+++ Data for processing +++
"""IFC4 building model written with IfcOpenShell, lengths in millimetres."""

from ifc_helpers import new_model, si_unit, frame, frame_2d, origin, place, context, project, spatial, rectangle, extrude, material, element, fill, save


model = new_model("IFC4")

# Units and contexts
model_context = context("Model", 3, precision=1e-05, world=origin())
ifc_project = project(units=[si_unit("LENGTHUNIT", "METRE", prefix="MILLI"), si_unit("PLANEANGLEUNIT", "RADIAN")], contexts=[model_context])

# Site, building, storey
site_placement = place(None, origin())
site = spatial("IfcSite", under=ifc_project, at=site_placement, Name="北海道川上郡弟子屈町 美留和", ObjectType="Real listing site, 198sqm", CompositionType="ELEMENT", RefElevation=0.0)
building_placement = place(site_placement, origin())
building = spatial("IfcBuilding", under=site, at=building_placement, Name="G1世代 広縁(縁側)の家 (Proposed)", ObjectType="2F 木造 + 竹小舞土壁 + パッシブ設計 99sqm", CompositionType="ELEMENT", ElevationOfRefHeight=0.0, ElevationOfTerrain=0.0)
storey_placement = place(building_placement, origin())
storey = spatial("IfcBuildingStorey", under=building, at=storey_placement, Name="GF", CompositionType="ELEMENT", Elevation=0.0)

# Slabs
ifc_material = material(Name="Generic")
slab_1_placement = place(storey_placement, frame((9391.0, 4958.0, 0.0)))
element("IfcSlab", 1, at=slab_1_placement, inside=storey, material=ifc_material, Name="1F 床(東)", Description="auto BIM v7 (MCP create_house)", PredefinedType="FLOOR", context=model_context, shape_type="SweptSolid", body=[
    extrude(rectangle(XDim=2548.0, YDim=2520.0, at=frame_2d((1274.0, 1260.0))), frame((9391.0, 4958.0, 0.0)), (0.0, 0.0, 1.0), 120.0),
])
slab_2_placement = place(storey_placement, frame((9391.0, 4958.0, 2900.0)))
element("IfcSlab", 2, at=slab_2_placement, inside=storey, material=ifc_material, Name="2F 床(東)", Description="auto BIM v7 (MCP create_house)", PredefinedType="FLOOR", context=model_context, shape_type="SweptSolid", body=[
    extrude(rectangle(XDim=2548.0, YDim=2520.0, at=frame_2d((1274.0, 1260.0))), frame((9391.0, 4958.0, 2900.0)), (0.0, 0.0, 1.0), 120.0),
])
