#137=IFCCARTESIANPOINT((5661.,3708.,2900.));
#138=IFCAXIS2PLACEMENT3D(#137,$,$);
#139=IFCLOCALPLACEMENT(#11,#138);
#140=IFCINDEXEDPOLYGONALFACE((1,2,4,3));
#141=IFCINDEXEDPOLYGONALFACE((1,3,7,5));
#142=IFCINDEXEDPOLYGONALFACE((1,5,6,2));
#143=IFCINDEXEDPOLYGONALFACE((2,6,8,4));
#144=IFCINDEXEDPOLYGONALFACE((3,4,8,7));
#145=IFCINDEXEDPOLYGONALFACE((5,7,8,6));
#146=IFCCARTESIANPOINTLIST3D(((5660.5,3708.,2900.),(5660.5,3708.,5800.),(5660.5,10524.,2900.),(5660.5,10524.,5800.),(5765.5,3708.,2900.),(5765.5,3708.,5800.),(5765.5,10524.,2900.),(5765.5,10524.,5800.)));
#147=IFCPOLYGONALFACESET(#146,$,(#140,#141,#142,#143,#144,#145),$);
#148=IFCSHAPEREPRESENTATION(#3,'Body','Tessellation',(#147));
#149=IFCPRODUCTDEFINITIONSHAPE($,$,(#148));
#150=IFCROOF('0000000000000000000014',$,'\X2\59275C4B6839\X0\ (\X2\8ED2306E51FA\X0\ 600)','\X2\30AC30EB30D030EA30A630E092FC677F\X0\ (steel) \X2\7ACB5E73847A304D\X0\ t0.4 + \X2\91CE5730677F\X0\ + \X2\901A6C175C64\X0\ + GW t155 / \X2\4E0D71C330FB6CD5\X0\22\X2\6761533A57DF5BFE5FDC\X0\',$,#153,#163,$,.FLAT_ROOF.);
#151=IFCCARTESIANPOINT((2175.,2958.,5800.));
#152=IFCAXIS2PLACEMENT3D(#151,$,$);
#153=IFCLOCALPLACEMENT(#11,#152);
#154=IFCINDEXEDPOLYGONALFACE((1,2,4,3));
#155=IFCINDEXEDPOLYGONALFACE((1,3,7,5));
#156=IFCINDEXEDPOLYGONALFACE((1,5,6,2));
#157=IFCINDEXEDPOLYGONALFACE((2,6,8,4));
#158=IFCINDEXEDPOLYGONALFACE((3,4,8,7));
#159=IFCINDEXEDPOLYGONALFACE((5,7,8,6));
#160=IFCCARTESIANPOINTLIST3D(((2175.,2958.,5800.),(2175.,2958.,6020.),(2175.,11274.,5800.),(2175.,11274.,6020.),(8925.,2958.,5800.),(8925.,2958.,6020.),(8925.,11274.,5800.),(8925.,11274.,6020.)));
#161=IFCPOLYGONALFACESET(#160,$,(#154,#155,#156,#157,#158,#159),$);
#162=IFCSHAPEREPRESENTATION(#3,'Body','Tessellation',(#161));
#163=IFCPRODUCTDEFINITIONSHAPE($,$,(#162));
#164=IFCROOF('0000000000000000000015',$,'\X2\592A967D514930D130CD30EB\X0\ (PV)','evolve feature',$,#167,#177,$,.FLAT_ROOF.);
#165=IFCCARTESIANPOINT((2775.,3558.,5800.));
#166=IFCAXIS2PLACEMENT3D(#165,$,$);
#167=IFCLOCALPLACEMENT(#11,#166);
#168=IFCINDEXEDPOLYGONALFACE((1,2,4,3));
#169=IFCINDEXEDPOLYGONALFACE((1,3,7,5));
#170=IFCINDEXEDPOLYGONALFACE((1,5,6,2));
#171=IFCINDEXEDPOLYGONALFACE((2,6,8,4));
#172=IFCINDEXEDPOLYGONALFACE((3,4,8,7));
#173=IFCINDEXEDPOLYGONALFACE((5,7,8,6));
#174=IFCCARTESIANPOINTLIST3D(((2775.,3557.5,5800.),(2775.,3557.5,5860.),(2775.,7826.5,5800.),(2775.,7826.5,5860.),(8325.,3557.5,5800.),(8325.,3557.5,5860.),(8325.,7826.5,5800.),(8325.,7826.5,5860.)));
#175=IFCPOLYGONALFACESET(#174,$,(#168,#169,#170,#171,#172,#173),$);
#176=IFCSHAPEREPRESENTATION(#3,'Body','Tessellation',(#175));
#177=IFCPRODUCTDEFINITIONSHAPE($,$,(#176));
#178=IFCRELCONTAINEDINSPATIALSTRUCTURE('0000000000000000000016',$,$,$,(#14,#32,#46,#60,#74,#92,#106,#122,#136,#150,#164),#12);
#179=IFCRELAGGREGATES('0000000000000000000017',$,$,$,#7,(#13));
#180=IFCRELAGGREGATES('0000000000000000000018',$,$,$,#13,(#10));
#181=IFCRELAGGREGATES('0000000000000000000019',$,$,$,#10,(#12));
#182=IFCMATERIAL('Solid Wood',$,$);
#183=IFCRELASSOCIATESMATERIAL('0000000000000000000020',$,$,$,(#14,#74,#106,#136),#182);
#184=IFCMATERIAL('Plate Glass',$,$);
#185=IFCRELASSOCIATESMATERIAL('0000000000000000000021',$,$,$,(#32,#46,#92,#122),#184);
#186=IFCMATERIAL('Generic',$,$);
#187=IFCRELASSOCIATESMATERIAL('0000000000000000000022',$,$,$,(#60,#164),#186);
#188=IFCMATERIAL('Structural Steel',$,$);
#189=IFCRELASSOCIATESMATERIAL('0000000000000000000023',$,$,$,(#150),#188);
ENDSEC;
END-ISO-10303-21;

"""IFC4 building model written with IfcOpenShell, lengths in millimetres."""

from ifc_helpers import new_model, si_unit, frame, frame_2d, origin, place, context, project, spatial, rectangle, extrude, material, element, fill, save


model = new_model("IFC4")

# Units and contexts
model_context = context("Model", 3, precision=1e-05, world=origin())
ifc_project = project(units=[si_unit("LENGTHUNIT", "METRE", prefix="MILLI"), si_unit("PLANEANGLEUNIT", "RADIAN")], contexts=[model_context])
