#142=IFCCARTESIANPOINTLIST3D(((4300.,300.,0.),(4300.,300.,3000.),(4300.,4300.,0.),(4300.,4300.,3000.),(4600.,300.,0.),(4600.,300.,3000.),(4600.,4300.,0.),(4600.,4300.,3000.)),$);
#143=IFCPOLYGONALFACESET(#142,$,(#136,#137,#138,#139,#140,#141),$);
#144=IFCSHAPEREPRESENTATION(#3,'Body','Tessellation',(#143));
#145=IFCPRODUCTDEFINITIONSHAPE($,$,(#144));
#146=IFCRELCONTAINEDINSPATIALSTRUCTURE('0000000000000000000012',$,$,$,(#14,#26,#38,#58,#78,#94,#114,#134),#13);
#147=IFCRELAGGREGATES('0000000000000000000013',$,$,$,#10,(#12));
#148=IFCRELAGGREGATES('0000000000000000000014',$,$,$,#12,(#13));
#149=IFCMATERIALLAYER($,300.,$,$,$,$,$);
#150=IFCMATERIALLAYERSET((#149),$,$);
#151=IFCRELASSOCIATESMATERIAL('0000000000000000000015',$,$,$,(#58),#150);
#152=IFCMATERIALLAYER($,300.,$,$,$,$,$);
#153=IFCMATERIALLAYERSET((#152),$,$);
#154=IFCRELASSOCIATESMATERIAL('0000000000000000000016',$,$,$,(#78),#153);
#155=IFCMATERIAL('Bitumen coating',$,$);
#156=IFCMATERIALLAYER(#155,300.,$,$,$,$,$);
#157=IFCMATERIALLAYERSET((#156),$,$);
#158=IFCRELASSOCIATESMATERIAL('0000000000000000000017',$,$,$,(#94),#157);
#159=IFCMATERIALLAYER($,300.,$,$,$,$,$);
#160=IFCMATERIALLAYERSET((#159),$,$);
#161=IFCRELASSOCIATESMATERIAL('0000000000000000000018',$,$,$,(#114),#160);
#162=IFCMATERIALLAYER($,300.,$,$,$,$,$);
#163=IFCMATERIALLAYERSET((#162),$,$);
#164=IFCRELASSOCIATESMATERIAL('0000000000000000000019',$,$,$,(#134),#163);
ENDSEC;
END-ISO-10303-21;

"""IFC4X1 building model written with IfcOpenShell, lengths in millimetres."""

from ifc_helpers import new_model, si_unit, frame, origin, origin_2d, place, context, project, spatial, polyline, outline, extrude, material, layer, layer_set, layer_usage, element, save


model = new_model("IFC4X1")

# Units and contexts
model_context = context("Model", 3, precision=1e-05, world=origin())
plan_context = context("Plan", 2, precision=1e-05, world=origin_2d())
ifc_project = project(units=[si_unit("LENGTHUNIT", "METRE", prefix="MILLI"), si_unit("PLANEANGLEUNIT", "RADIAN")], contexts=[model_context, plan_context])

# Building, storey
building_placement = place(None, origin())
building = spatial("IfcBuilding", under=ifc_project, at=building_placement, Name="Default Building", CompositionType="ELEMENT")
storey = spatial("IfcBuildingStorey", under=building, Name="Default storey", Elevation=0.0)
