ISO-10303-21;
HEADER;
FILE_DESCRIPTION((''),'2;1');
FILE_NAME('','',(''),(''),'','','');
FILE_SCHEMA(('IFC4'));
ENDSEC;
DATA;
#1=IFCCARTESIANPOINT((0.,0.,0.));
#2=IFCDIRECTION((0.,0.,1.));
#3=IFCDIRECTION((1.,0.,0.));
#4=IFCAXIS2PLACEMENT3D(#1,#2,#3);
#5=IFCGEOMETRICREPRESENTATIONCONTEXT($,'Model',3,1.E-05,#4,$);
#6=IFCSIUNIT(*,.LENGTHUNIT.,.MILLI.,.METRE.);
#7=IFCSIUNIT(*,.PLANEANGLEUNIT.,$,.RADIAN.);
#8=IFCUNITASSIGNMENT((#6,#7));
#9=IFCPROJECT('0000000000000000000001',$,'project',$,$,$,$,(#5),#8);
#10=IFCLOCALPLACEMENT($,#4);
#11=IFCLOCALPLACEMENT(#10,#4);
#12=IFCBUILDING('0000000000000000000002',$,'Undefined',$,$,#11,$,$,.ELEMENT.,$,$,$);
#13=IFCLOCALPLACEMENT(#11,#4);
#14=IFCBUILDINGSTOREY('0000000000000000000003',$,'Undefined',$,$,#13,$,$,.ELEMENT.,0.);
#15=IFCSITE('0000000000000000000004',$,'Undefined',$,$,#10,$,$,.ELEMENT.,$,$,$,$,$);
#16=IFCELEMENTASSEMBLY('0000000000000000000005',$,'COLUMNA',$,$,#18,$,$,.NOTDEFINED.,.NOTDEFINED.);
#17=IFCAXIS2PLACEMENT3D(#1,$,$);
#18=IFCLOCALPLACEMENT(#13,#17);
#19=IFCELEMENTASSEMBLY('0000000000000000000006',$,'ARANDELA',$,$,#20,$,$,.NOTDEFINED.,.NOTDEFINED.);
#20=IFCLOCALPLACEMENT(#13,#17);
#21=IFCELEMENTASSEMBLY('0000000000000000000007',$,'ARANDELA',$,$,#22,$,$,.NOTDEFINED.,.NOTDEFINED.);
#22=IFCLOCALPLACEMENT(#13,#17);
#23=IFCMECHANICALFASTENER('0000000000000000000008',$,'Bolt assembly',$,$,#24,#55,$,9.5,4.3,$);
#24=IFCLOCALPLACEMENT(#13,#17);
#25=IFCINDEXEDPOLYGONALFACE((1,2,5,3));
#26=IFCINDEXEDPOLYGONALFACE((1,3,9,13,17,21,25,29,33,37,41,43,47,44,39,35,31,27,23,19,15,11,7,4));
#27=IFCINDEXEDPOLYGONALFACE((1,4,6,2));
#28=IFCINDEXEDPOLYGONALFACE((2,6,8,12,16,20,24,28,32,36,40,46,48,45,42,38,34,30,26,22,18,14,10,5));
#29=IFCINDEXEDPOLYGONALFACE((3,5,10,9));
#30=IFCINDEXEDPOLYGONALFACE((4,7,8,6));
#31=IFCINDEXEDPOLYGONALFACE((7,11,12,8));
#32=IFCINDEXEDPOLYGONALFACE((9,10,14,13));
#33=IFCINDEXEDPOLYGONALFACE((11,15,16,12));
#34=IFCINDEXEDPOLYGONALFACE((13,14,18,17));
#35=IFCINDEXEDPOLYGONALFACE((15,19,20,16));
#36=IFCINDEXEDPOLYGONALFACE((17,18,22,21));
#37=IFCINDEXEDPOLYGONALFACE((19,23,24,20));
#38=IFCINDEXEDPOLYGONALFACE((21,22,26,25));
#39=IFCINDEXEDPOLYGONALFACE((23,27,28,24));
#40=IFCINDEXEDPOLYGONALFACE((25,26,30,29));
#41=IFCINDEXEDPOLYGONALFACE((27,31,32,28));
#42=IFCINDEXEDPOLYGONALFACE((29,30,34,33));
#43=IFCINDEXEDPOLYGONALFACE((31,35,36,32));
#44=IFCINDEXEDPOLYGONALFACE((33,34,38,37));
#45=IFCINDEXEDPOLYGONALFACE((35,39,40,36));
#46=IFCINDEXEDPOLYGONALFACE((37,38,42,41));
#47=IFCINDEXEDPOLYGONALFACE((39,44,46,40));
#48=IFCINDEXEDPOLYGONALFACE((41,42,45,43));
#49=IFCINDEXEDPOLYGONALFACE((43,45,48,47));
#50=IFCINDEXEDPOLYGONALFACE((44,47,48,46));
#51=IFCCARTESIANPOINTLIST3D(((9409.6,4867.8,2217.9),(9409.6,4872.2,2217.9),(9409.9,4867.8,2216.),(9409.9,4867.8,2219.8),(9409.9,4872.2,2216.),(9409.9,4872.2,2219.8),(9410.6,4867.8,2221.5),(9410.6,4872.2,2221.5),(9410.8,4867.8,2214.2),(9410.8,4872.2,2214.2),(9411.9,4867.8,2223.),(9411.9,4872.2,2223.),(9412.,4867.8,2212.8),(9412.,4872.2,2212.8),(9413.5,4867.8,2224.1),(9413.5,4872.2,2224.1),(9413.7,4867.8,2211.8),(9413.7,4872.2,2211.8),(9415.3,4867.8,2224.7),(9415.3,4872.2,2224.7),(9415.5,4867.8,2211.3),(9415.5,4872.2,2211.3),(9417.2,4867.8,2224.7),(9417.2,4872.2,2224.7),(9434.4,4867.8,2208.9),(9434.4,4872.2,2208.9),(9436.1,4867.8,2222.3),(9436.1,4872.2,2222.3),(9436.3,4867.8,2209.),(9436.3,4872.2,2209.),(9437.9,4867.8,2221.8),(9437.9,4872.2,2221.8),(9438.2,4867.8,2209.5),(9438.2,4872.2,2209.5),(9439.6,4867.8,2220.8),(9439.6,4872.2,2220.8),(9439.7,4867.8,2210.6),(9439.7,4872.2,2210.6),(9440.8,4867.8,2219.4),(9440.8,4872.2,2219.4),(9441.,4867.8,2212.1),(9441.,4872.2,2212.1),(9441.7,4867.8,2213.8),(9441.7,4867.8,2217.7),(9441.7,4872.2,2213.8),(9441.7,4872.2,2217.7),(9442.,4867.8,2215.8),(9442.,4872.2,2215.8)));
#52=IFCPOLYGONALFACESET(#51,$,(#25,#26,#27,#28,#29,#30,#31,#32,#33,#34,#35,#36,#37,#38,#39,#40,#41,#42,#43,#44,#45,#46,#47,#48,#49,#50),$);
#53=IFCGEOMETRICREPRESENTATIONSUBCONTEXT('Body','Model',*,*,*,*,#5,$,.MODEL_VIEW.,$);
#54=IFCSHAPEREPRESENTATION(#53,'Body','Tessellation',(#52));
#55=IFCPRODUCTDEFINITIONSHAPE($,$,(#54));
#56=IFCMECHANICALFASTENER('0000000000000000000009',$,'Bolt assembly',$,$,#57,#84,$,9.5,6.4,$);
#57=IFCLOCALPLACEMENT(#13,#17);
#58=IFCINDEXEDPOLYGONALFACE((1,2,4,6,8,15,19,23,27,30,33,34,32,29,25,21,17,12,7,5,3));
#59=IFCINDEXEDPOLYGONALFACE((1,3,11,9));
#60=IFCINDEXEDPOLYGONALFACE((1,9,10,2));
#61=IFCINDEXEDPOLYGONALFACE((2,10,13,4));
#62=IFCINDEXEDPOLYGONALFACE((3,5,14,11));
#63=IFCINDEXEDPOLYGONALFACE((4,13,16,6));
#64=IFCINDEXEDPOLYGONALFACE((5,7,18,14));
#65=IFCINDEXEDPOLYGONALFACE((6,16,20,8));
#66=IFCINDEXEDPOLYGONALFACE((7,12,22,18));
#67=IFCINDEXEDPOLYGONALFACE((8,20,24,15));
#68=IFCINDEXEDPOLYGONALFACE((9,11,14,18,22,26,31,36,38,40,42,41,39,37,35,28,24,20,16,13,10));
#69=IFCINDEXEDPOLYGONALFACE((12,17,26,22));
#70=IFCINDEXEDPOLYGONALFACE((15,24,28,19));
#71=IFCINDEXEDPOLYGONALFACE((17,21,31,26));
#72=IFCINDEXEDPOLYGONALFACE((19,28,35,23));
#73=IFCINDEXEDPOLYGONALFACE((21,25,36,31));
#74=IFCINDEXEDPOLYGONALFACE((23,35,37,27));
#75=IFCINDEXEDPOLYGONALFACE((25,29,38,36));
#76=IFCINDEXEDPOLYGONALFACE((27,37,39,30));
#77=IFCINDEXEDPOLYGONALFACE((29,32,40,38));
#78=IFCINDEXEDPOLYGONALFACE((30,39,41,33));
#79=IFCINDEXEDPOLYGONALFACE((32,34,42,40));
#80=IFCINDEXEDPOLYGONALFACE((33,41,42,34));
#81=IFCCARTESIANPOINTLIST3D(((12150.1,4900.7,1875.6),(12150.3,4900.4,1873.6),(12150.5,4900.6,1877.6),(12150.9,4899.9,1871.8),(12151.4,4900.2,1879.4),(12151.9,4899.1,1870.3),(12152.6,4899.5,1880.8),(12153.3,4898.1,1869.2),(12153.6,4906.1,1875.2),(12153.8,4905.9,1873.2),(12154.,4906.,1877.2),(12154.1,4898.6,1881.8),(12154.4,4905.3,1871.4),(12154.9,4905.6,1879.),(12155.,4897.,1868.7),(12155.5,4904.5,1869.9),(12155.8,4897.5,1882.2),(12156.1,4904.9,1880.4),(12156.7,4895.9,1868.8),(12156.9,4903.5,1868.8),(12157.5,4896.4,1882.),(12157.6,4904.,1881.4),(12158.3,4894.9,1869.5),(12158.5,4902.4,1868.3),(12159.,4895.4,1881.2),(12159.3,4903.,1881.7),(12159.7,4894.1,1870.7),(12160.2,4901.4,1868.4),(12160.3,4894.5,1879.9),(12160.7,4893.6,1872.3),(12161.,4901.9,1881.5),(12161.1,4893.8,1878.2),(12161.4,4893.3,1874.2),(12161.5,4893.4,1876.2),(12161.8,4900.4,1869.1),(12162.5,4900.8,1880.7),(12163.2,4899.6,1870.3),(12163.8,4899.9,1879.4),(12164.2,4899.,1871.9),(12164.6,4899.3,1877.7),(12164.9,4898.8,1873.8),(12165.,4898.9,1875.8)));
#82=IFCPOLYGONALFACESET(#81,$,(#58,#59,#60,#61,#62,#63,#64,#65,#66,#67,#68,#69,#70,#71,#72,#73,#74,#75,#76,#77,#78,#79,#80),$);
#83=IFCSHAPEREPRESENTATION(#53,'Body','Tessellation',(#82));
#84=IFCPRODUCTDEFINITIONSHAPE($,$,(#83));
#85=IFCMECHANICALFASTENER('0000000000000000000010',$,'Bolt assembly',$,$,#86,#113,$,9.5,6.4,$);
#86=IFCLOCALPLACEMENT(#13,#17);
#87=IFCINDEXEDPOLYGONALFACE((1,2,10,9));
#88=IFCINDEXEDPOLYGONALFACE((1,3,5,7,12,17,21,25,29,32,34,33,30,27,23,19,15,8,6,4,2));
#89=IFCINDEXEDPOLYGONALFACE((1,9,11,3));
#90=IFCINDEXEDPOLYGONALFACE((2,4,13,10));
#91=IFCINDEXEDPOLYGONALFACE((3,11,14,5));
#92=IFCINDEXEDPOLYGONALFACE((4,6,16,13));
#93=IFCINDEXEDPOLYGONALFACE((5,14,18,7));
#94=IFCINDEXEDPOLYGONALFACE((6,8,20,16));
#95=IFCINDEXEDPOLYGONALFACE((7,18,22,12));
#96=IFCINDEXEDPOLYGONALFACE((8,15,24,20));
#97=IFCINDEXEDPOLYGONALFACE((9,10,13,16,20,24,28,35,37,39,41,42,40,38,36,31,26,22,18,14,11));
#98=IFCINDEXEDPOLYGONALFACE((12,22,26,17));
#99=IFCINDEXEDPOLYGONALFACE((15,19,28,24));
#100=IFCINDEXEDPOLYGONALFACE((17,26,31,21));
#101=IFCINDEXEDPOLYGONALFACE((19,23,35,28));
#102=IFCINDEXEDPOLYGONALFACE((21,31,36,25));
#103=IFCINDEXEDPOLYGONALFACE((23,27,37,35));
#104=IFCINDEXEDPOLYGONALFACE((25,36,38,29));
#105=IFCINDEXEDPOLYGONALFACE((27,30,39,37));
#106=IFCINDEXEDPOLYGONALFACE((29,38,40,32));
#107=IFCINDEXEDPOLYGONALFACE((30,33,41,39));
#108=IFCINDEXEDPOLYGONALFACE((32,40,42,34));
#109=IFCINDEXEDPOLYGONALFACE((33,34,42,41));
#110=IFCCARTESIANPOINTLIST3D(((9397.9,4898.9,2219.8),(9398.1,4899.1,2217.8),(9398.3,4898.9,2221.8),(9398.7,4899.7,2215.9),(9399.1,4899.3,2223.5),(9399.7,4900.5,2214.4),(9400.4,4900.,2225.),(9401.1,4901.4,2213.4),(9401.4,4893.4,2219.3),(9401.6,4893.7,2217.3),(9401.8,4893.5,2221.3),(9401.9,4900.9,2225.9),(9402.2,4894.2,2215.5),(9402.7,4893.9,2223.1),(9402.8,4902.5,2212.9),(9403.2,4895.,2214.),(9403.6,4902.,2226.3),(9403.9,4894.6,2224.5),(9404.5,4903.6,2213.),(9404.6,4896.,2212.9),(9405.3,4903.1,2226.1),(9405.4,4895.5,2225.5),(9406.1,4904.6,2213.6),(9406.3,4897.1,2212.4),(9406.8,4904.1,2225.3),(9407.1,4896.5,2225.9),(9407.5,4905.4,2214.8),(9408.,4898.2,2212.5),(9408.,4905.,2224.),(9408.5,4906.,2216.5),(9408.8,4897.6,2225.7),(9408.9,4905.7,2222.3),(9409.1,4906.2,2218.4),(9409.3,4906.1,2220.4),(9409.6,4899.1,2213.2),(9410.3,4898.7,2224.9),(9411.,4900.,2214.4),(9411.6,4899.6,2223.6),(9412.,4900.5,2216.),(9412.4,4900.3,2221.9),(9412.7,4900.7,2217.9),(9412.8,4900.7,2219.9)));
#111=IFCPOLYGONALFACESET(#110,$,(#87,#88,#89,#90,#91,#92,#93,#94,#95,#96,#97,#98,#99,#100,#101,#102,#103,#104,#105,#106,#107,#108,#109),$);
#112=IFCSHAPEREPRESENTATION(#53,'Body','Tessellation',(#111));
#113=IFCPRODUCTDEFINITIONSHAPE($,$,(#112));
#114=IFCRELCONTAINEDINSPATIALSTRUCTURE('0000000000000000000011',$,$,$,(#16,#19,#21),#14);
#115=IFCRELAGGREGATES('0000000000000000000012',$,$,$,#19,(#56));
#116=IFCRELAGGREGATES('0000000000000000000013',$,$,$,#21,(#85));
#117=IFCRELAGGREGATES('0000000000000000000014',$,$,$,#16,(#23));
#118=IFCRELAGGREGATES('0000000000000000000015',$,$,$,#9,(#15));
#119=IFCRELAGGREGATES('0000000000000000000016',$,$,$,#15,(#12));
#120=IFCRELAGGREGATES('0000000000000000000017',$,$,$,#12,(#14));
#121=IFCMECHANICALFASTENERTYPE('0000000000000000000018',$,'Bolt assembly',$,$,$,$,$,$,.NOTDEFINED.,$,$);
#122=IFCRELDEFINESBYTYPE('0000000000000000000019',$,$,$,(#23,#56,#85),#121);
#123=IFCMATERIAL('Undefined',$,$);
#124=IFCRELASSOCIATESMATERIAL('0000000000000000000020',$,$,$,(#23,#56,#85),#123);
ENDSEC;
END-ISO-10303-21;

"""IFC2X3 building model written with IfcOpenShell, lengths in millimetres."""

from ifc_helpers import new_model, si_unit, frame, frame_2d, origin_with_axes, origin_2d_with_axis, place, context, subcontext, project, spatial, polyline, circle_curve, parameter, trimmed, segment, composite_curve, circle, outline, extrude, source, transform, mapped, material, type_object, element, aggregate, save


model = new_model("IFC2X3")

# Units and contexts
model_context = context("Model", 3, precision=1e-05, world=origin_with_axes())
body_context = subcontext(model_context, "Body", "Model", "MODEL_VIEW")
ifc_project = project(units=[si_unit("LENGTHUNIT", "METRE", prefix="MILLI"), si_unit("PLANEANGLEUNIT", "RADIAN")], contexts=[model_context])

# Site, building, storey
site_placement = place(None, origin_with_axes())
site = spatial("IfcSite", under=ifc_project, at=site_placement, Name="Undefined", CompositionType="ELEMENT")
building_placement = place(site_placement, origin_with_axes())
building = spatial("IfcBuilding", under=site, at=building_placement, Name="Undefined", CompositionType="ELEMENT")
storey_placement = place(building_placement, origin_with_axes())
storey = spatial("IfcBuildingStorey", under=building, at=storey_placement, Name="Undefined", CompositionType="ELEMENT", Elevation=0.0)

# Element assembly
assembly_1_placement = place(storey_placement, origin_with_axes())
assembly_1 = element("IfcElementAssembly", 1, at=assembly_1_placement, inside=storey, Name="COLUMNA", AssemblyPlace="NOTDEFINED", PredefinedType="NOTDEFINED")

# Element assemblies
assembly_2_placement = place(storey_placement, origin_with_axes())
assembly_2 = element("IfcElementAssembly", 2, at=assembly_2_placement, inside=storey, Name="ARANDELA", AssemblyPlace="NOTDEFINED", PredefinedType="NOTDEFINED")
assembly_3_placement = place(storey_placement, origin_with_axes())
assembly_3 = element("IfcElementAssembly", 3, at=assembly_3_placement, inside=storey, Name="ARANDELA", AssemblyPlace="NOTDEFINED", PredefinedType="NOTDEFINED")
+++
*Required work*.
Count every line above that holds the word "IFCRELCONTAINEDINSPATIALSTRUCTURE", and state the number and nothing more.

*Your response*.
3